Cet adoubement, car c’en est un, est tout sauf anodin. Il est lourd de sens et de symbole dans le contexte actuel. En validant le travail de Jean-Baptiste Guégan, le “clan” David et Laura envoie un message puissant. Ils disent au public : “Voici l’héritage que nous aimons. Un héritage vivant, populaire, accessible, porté par un homme simple qui ne cherche pas la gloire pour lui-même mais pour la musique.”

C’est aussi, et peut-être surtout, une manière de reprendre la main sur le “récit” Hallyday. Alors que Laeticia contrôle l’héritage matériel, les droits, les albums posthumes officiels et les expositions, David et Laura, en soutenant Guégan, soutiennent l’héritage immatériel. La voix. L’émotion brute. Ils choisissent de s’allier avec “la voix du peuple”, cet artiste que les fans ont plébiscité par millions, en dehors de tout circuit officiel.

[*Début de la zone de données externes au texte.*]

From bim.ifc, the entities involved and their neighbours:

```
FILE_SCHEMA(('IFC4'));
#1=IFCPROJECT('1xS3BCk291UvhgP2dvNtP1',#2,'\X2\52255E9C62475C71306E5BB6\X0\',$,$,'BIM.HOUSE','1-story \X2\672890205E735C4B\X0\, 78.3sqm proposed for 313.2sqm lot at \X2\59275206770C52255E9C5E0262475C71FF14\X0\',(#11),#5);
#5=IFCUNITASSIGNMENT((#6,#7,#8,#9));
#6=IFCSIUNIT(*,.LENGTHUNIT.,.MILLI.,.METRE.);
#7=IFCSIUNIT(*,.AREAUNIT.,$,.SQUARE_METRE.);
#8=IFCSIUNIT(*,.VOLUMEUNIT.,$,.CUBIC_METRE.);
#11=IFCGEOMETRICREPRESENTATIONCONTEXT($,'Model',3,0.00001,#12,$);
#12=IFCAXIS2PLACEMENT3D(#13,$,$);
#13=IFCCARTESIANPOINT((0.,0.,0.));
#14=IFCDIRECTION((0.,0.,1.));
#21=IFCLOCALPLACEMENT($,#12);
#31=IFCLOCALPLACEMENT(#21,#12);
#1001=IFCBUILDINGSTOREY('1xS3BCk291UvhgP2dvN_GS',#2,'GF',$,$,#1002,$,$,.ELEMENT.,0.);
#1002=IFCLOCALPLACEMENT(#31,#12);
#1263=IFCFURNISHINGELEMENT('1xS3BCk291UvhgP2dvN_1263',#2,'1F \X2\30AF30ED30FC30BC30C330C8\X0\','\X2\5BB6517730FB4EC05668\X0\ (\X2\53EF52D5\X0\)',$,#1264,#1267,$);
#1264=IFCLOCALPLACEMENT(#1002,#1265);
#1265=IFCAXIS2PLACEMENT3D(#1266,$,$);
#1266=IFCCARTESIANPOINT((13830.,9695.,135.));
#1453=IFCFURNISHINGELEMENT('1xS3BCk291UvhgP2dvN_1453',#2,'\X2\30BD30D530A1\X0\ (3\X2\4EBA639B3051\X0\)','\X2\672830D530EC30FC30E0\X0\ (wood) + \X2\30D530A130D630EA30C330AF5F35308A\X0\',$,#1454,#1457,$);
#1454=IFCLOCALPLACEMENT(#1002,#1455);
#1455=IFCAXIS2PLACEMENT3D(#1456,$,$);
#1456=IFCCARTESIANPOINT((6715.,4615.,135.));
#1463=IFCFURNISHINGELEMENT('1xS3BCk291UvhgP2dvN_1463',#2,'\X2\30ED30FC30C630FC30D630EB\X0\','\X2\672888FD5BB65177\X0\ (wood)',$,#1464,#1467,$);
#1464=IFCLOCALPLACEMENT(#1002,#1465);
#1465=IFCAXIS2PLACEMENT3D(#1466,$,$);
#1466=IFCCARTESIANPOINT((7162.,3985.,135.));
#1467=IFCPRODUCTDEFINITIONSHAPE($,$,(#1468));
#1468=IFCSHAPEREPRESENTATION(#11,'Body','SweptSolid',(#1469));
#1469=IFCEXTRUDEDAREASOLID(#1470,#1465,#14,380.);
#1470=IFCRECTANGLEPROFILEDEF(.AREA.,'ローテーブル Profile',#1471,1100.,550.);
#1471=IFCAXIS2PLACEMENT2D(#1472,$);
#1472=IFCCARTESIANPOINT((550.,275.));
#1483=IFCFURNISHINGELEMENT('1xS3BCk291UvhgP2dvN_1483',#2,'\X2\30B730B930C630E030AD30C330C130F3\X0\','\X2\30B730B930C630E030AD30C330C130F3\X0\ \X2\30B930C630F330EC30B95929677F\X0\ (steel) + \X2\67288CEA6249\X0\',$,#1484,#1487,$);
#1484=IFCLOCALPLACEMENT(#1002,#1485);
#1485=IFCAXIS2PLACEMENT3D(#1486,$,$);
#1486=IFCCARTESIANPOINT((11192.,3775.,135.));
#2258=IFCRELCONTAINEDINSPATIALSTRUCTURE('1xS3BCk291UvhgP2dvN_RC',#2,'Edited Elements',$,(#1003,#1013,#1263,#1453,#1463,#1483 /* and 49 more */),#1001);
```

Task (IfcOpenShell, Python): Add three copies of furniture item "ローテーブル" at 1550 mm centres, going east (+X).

```python
import numpy as np
import ifcopenshell
import ifcopenshell.api.geometry
import ifcopenshell.api.root
import ifcopenshell.util.element
import ifcopenshell.util.placement
import ifcopenshell.util.unit

model = ifcopenshell.open("bim.ifc")
unit_scale = ifcopenshell.util.unit.calculate_unit_scale(model)


def reuse_history(source, copy):
    """copy_class also copies each property set's owner history, people and application; keep the originals."""
    for rel in copy.IsDefinedBy:
        if rel.is_a("IfcRelDefinesByProperties") and (history := rel.RelatingPropertyDefinition.OwnerHistory):
            rel.RelatingPropertyDefinition.OwnerHistory = source.OwnerHistory
            ifcopenshell.util.element.remove_deep2(model, history)


source = model.by_guid("1xS3BCk291UvhgP2dvN_1463")
base = ifcopenshell.util.placement.get_local_placement(source.ObjectPlacement)
step = np.array([1.0, 0.0, 0.0]) * 1.55 / unit_scale

for i in range(1, 4):
    copy = ifcopenshell.api.root.copy_class(model, product=source)
    copy.Representation = ifcopenshell.util.element.copy_deep(
        model, source.Representation, exclude=["IfcGeometricRepresentationContext", "IfcRepresentationMap"]
    )
    reuse_history(source, copy)
    matrix = base.copy()
    matrix[:3, 3] += i * step
    print("added at", matrix[:3, 3].round(3) + 0.0)
    ifcopenshell.api.geometry.edit_object_placement(model, product=copy, matrix=matrix, is_si=False)

model.write("bim-out.ifc")
```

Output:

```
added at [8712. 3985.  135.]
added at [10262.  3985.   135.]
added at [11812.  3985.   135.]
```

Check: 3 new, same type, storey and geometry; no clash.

En adoubant Guégan, ils ne font pas que valider un chanteur ; ils valident une forme d’hommage qui échappe totalement au contrôle de leur belle-mère. C’est un geste d’une intelligence stratégique redoutable : ils se placent du côté des fans, du côté de l’émotion pure, là où Laeticia est souvent perçue comme étant du côté du business et de l’image contrôlée.

Jean-Baptiste Guégan, lui, continue de tracer sa route, avec une prudence de Sioux. Conscient du terrain glissant sur lequel il marche, il s’est toujours gardé de prendre parti. “Je n’ai rien contre Laeticia Hallyday”, a-t-il déjà déclaré, cherchant à calmer le jeu. Il ne veut pas être l’instrument d’une guerre qui n’est pas la sienne. Il veut juste chanter.

Mais le destin en a décidé autrement. Sa voix, ce don du ciel, l’a propulsé au centre d’une saga familiale qui le dépasse. Il n’est plus seulement Jean-Baptiste Guégan, le Breton qui chante Johnny. Il est devenu, aux yeux du public et désormais du clan Smet-Hallyday, le “continuateur”.

La révélation de Bernard Montiel n’est donc pas une simple anecdote people. C’est un acte politique dans la géopolitique du clan Hallyday. C’est la confirmation que pour David et Laura, l’héritage de leur père ne se trouve pas seulement dans un coffre-fort ou sur un testament. Il est dans l’air, sur les ondes, dans la voix de cet homme qui, “si la porte s’ouvre”, pourrait bien devenir un ami de la famille. La porte, semble-t-il, est désormais grande ouverte.